I've got a rectal prolapse, an anterior pelvic tilt from bad posture, I also find that my body over heats really easily and this has caused me to get acne, dandruff and quite itchy dry skin.


----------



## BLACKPINK (Aug 5, 2018)

Age: 19
Sex: Male
Experience: I started dealing with excessive flatulence triggered by social anxiety disorder when I was 14 much to the annoyance of my classmates at the time. The flatulence initially only occurred in social situations. Two years later I was no longer able to sense whenever I passed gas or not, yet constantly felt my arse tingle as if it was blowing bubbles, even when I was at home all by myself. I figured that I had become incapable of controlling my sphincter and the fecal odor I produced was so sickening that it could fill entire rooms or a whole lounge. At school diarrhea would occasionally haunt me, despite the fact that every single day I had to put up with incomplete evacuation or constipation at home. Fast-forward to 2018, nothing much has changed. Nowadays it can take up to 4 days for me to feel the need to take a dump. Leaky gas has mentally drained me to the point of making me consider suicide for years. I would not wish this upon my worst enemy. No human being deserves to go through what we go through.
Allergies: Besides being lactose intolerant, I get rashes on my chest when I consume too much spicy food.
Diet: I try to avoid sugar, dairy, alcohol, wheat, red meat, cabbage, onions, garlic, legumes, sweet corn as well as certain fruits (water melon, apples) and sauces. I eat rice every day, lots of vegetables and as little meat as possible to reduce the stench. I drink mineral water all day and dont take any meds or dietary supplements.
Other health issues: My skin easily gets irritated and often feels dry. I easily overheat too so in order to prevent acné, I use a facewash and moisturizer on a daily basis.

Thanks for creating this thread!


----------



## Lg2001 (May 20, 2018)

Food wise I eat rice everyday as well and a lot of bread, pretty much half a loaf of bread for lunch at school.


----------



## SilverFox123 (Mar 13, 2018)

17 years old

male

My LG started when i was 15. At first everybody in class started talking about a shit smell that i just couldnt smell myself. I remember that i had heavy constipation at that time.

This hasnt changed yet. I stil have incomplete evacuation.

Also i seem to have some kind of prolapse, when i "push" and look at my ass in the mirror i can see the prolapse and that my ass just isnt tight, its open.

Also i got hemorhides.

And then i also started loosing urine after peeing.

I have a tight pelvic floor due to always kegeling during masturbation.

I read that a tight pelvic floor can cause the same symtoms as a weak pelvic flooor --> rectum prolapse.

Did anyone else always used to tighten their pelvic floor or "kegel" during masturbation?

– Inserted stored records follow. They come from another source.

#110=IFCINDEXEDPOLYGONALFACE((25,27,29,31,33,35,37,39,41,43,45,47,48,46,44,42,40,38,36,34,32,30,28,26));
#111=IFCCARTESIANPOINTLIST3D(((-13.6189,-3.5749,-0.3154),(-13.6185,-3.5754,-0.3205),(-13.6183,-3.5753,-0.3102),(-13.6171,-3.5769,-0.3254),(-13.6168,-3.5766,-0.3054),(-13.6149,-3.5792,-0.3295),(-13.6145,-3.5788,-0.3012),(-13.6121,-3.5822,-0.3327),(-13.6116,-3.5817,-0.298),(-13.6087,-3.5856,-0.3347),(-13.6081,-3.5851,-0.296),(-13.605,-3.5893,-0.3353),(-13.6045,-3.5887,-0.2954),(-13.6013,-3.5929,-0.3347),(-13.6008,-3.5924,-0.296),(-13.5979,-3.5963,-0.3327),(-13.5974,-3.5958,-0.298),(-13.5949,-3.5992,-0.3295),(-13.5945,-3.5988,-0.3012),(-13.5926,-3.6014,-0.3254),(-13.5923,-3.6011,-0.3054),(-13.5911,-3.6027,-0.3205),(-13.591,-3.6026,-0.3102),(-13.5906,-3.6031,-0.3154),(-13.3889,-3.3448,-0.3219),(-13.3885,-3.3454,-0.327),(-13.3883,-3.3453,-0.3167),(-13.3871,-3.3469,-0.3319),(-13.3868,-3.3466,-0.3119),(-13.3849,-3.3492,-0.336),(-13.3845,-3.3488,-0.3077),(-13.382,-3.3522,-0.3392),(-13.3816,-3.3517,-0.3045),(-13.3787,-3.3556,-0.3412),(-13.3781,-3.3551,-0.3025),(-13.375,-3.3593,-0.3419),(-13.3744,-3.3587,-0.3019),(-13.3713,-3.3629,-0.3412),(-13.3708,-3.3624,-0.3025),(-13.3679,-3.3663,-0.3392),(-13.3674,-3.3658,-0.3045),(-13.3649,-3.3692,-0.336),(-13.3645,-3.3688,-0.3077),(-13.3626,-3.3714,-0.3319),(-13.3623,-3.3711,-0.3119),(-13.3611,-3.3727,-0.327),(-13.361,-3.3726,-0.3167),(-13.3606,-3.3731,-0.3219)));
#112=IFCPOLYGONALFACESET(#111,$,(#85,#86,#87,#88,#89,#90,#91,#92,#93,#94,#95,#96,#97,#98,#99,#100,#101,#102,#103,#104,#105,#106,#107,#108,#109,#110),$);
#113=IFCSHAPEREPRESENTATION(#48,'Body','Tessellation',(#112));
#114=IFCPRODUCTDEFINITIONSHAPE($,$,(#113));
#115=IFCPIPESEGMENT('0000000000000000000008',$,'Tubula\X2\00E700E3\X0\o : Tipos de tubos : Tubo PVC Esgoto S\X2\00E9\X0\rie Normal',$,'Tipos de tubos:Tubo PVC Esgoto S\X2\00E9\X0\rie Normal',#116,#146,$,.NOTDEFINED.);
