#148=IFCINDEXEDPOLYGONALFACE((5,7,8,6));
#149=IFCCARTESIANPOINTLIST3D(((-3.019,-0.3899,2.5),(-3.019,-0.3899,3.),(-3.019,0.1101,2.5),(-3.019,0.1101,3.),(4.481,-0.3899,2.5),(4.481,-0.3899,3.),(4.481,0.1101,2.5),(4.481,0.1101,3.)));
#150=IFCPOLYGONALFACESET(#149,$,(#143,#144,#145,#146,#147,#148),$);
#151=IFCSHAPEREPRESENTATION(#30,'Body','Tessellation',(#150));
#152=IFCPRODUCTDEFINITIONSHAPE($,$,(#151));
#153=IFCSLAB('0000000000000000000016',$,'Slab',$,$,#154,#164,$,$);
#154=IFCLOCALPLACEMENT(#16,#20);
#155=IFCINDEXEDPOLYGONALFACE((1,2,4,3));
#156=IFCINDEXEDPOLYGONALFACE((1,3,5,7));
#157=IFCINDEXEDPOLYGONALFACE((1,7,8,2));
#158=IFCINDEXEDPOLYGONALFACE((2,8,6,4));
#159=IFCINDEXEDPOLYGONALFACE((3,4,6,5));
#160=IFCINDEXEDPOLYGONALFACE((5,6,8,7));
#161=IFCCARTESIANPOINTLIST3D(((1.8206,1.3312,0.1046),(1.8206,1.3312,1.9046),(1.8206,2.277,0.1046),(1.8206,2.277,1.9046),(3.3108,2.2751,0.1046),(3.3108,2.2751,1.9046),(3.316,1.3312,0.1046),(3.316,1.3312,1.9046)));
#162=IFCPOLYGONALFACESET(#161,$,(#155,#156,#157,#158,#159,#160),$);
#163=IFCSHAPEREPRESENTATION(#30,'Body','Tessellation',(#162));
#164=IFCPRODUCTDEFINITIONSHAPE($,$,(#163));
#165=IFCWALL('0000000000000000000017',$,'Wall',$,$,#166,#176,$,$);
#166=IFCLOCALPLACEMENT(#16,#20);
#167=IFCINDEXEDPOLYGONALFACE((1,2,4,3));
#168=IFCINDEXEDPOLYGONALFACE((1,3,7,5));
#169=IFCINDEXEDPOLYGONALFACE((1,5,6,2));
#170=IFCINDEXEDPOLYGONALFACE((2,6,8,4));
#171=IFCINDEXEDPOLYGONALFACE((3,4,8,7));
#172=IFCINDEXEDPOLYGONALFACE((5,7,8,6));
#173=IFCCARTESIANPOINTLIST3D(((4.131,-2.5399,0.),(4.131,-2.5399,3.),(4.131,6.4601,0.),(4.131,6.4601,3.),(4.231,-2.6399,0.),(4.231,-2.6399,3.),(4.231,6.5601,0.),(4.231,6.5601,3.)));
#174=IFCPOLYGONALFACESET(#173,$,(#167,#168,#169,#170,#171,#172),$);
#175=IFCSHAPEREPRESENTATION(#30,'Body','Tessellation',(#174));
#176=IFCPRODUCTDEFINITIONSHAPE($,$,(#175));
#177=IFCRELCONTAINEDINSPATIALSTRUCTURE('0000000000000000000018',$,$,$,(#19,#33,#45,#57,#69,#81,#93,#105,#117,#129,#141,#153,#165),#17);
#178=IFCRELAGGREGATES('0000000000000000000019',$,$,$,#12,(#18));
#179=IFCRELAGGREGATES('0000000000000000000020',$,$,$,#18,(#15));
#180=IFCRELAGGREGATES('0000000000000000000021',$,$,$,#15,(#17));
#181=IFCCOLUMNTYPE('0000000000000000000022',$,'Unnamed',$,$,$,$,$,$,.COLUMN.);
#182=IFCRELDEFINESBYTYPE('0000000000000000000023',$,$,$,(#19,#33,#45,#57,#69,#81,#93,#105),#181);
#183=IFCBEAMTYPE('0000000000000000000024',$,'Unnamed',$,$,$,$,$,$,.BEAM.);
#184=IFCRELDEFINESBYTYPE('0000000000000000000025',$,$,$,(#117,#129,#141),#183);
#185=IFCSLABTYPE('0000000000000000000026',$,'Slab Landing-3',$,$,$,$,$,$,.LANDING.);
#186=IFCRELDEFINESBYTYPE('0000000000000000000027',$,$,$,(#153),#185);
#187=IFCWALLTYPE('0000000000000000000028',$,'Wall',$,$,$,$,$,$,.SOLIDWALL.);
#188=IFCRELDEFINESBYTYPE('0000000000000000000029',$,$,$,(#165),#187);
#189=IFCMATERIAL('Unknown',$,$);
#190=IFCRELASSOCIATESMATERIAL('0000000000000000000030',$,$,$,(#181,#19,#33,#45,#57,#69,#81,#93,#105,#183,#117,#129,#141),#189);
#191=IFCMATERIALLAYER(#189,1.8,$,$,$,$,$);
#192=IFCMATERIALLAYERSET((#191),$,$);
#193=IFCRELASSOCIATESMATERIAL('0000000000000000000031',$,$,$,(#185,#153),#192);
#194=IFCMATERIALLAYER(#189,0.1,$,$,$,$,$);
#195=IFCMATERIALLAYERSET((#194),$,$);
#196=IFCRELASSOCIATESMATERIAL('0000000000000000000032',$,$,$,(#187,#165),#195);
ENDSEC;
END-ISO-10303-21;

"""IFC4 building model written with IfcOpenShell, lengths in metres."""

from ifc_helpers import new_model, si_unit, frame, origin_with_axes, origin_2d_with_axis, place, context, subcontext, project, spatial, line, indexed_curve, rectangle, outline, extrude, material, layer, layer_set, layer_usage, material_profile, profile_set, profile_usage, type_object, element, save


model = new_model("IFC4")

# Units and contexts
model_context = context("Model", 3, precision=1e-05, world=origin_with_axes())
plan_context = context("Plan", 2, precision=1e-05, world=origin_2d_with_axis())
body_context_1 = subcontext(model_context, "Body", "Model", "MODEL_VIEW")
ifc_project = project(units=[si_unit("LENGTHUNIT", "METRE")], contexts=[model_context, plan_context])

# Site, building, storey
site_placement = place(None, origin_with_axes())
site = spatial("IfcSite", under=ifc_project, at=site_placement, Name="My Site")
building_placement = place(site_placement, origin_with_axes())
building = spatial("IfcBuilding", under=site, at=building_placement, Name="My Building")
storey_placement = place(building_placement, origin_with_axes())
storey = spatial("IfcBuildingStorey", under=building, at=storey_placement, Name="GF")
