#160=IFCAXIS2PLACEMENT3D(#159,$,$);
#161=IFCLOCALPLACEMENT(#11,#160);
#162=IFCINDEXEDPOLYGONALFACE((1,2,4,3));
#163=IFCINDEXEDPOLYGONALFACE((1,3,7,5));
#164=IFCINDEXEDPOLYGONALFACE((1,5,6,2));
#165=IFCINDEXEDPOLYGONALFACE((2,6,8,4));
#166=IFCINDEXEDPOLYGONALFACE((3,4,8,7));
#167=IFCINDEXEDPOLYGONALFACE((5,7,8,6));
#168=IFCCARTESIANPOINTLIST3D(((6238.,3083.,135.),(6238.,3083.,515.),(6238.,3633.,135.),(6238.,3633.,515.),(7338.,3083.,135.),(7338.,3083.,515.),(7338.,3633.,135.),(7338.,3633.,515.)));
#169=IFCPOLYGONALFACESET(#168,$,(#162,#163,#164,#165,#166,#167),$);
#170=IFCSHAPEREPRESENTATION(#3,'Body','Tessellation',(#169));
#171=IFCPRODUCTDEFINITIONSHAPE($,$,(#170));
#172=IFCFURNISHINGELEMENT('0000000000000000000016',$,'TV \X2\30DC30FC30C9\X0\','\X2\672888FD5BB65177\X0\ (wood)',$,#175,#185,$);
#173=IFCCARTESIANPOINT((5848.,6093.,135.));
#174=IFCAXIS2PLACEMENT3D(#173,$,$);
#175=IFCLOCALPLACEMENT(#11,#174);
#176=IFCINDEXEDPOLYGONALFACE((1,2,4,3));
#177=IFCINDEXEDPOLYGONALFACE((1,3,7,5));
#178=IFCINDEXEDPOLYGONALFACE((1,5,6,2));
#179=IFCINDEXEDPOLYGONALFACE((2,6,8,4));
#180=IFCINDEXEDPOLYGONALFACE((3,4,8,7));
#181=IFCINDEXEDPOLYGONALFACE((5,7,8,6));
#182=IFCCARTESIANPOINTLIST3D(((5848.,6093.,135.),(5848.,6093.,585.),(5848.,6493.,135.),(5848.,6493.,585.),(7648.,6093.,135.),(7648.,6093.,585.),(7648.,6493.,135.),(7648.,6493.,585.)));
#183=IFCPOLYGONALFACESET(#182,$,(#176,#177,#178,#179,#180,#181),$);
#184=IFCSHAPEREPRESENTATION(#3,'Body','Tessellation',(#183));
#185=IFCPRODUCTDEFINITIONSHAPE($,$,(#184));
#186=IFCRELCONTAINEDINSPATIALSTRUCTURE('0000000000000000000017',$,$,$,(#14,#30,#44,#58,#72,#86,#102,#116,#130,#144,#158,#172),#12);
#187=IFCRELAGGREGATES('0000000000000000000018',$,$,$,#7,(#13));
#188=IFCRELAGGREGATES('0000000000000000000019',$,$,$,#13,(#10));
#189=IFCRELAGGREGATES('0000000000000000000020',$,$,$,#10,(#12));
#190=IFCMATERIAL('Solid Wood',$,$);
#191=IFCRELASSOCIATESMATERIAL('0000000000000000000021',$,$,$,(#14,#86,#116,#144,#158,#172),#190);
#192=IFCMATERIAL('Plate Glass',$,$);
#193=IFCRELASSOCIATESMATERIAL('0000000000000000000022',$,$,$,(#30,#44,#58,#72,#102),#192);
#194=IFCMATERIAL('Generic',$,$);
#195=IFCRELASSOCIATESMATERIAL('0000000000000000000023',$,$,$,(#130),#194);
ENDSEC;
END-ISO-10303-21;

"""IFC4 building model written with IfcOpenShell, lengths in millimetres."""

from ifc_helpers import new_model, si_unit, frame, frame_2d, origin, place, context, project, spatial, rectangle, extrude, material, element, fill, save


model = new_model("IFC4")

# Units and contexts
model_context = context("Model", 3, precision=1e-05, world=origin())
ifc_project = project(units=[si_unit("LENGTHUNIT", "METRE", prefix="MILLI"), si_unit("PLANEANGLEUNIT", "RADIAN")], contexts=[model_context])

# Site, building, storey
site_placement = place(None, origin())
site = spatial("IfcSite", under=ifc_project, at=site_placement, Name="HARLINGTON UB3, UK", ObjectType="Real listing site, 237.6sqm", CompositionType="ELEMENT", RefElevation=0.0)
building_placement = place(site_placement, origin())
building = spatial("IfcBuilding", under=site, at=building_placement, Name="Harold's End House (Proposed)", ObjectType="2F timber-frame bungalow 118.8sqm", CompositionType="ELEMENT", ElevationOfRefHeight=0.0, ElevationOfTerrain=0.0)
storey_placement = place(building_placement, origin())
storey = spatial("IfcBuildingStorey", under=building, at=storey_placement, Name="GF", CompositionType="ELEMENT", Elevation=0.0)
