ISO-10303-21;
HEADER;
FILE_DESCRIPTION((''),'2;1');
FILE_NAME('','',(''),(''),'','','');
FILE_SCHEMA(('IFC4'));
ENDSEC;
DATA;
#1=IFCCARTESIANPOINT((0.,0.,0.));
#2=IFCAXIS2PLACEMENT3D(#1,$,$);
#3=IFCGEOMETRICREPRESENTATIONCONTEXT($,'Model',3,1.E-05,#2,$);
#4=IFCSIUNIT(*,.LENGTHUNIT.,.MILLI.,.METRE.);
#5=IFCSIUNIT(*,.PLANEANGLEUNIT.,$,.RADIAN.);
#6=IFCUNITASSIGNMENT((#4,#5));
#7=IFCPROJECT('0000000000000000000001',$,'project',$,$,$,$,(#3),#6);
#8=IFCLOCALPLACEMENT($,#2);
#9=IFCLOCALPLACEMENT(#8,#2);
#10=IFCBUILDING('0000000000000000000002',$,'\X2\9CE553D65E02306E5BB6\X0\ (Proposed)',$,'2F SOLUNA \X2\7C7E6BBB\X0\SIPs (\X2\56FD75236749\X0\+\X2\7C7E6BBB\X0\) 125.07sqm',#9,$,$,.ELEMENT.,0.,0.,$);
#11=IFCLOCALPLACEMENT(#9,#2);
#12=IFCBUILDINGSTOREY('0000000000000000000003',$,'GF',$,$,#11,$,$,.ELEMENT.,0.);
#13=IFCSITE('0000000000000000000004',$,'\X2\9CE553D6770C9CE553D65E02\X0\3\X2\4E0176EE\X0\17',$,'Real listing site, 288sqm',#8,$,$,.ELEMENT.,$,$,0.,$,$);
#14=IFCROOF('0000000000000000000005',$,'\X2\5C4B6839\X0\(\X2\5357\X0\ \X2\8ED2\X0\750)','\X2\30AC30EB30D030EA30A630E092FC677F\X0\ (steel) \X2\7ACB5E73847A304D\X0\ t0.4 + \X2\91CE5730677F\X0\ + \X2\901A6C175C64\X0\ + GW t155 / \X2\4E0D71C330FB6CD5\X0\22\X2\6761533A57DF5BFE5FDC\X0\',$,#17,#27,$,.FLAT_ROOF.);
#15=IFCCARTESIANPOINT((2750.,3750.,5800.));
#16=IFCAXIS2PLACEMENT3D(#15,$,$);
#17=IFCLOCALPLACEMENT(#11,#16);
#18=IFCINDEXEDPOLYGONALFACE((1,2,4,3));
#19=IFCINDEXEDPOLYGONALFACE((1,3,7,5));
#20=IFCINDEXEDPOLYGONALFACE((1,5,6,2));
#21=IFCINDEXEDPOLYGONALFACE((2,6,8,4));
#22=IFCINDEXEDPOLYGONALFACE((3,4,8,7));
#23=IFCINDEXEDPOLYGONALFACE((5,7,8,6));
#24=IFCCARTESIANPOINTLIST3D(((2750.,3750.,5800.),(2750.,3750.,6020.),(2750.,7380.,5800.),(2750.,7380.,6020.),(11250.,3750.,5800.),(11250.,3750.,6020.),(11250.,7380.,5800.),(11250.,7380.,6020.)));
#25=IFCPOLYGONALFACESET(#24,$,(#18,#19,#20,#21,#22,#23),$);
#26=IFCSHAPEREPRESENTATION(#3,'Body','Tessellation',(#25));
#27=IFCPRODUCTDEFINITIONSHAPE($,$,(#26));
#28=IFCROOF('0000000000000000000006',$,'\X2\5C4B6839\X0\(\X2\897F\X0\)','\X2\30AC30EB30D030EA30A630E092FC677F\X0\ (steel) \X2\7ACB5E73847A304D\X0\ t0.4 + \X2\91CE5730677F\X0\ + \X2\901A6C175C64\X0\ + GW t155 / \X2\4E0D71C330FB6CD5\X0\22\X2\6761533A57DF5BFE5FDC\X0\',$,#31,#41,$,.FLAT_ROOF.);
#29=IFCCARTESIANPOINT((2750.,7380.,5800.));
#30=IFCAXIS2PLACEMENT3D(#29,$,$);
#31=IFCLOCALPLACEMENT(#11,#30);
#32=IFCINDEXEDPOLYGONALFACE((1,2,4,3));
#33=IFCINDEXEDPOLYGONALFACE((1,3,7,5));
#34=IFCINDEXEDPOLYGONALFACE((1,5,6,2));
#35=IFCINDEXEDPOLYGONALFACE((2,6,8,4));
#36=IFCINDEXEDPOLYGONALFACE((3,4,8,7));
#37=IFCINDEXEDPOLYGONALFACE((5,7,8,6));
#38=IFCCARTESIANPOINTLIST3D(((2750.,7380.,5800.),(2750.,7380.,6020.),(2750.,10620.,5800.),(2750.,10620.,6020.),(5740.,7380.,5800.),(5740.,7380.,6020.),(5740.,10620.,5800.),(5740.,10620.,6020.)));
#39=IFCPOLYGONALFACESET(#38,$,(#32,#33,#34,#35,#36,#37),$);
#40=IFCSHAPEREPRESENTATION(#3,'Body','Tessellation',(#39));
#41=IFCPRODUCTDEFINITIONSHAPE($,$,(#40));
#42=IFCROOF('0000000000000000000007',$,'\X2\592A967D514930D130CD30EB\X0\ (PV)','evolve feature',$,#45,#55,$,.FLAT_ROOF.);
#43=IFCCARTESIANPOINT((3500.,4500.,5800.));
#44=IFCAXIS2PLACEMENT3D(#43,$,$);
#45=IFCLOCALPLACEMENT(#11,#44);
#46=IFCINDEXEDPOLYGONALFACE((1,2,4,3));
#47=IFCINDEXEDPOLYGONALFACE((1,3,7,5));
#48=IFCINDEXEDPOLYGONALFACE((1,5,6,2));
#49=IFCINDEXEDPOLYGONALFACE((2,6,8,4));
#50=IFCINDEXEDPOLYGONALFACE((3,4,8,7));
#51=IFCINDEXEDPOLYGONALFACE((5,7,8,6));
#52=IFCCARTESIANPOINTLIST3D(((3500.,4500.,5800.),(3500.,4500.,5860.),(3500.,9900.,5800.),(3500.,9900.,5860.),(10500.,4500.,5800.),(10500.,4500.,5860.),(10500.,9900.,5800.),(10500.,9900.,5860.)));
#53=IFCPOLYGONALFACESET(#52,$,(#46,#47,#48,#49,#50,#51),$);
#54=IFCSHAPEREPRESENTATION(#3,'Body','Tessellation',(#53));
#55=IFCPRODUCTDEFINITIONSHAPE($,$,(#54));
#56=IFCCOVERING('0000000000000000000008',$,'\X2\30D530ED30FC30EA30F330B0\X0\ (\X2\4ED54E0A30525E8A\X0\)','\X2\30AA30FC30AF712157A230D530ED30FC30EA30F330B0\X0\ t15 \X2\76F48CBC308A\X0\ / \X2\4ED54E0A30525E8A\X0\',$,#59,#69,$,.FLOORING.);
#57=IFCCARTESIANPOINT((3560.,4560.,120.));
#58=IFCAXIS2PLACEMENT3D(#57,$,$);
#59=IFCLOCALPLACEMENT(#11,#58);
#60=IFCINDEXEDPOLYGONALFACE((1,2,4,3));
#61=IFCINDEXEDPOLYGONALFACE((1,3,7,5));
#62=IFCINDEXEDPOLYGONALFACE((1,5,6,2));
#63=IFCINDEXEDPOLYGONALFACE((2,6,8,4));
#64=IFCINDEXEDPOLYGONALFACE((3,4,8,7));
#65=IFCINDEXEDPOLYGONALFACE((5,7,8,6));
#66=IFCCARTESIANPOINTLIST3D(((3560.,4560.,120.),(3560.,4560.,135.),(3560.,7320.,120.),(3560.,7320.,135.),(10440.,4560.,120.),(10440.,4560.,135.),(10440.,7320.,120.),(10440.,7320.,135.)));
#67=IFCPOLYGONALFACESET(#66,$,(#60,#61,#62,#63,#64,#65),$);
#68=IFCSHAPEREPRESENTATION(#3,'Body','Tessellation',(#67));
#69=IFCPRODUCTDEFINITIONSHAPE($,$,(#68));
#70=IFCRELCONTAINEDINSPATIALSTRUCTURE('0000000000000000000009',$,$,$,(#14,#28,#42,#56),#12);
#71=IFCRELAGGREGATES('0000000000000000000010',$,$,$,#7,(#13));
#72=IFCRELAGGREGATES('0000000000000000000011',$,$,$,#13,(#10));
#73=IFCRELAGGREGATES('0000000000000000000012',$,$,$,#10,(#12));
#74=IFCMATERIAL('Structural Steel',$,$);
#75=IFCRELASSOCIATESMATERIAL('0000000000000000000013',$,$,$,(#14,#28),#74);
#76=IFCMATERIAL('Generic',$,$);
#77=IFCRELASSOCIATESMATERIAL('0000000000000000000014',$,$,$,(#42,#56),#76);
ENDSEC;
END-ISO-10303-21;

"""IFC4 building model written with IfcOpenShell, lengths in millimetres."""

from ifc_helpers import new_model, si_unit, frame, frame_2d, origin, place, context, project, spatial, rectangle, extrude, material, element, save


model = new_model("IFC4")

# Units and contexts
model_context = context("Model", 3, precision=1e-05, world=origin())
ifc_project = project(units=[si_unit("LENGTHUNIT", "METRE", prefix="MILLI"), si_unit("PLANEANGLEUNIT", "RADIAN")], contexts=[model_context])

# Site, building, storey
site_placement = place(None, origin())
site = spatial("IfcSite", under=ifc_project, at=site_placement, Name="鳥取県鳥取市3丁目17", ObjectType="Real listing site, 288sqm", CompositionType="ELEMENT", RefElevation=0.0)
building_placement = place(site_placement, origin())
building = spatial("IfcBuilding", under=site, at=building_placement, Name="鳥取市の家 (Proposed)", ObjectType="2F SOLUNA 籾殻SIPs (国産杉+籾殻) 125.07sqm", CompositionType="ELEMENT", ElevationOfRefHeight=0.0, ElevationOfTerrain=0.0)
storey_placement = place(building_placement, origin())
storey = spatial("IfcBuildingStorey", under=building, at=storey_placement, Name="GF", CompositionType="ELEMENT", Elevation=0.0)

# Shared definitions
ifc_material_1 = material(Name="Generic")

# Roofs
ifc_material_2 = material(Name="Structural Steel")
roof_1_placement = place(storey_placement, frame((2750.0, 3750.0, 5800.0)))
element("IfcRoof", 1, at=roof_1_placement, inside=storey, material=ifc_material_2, Name="屋根(南 軒750)", Description="ガルバリウム鋼板 (steel) 立平葺き t0.4 + 野地板 + 通気層 + GW t155 / 不燃・法22条区域対応", PredefinedType="FLAT_ROOF", context=model_context, shape_type="SweptSolid", body=[
    extrude(rectangle(XDim=8500.0, YDim=3630.0, at=frame_2d((4250.0, 1815.0))), frame((2750.0, 3750.0, 5800.0)), (0.0, 0.0, 1.0), 220.0),
])
roof_2_placement = place(storey_placement, frame((2750.0, 7380.0, 5800.0)))
element("IfcRoof", 2, at=roof_2_placement, inside=storey, material=ifc_material_2, Name="屋根(西)", Description="ガルバリウム鋼板 (steel) 立平葺き t0.4 + 野地板 + 通気層 + GW t155 / 不燃・法22条区域対応", PredefinedType="FLAT_ROOF", context=model_context, shape_type="SweptSolid", body=[
    extrude(rectangle(XDim=2990.0, YDim=3240.0, at=frame_2d((1495.0, 1620.0))), frame((2750.0, 7380.0, 5800.0)), (0.0, 0.0, 1.0), 220.0),
])
roof_3_placement = place(storey_placement, frame((3500.0, 4500.0, 5800.0)))
element("IfcRoof", 3, at=roof_3_placement, inside=storey, material=ifc_material_1, Name="太陽光パネル (PV)", Description="evolve feature", PredefinedType="FLAT_ROOF", context=model_context, shape_type="SweptSolid", body=[
    extrude(rectangle(XDim=7000.0, YDim=5400.0, at=frame_2d((3500.0, 2700.0))), frame((3500.0, 4500.0, 5800.0)), (0.0, 0.0, 1.0), 60.0),
])

# Covering
covering_placement = place(storey_placement, frame((3560.0, 4560.0, 120.0)))
element("IfcCovering", 4, at=covering_placement, inside=storey, material=ifc_material_1, Name="フローリング (仕上げ床)", Description="オーク無垢フローリング t15 直貼り / 仕上げ床", PredefinedType="FLOORING", context=model_context, shape_type="SweptSolid", body=[
    extrude(rectangle(XDim=6880.0, YDim=2760.0, at=frame_2d((3440.0, 1380.0))), frame((3560.0, 4560.0, 120.0)), (0.0, 0.0, 1.0), 15.0),
])

save(model, "model.ifc")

I seem to always have a tightness in my pelvic floor, especially when masturbating i kegel involuntarly all the time


----------



## Lg2001 (May 20, 2018)

Im able to see the prolapse, it looks quite swollen. But I dont tighten my pelvic floor when masturbating.


----------



## TheCarl (Mar 14, 2016)

Hi and thanks for the initiative.
34 male.
My problem has been that I stink (from rectum, not tmau), many times others have smelled it when I haven't. Sometimes I have felt the flatulence sometimes not. Incomplete bowel movement has been a mayor factor of problems for me. It can sometimes (after a bad bowel movement) stink like it is coming from bowels without gas.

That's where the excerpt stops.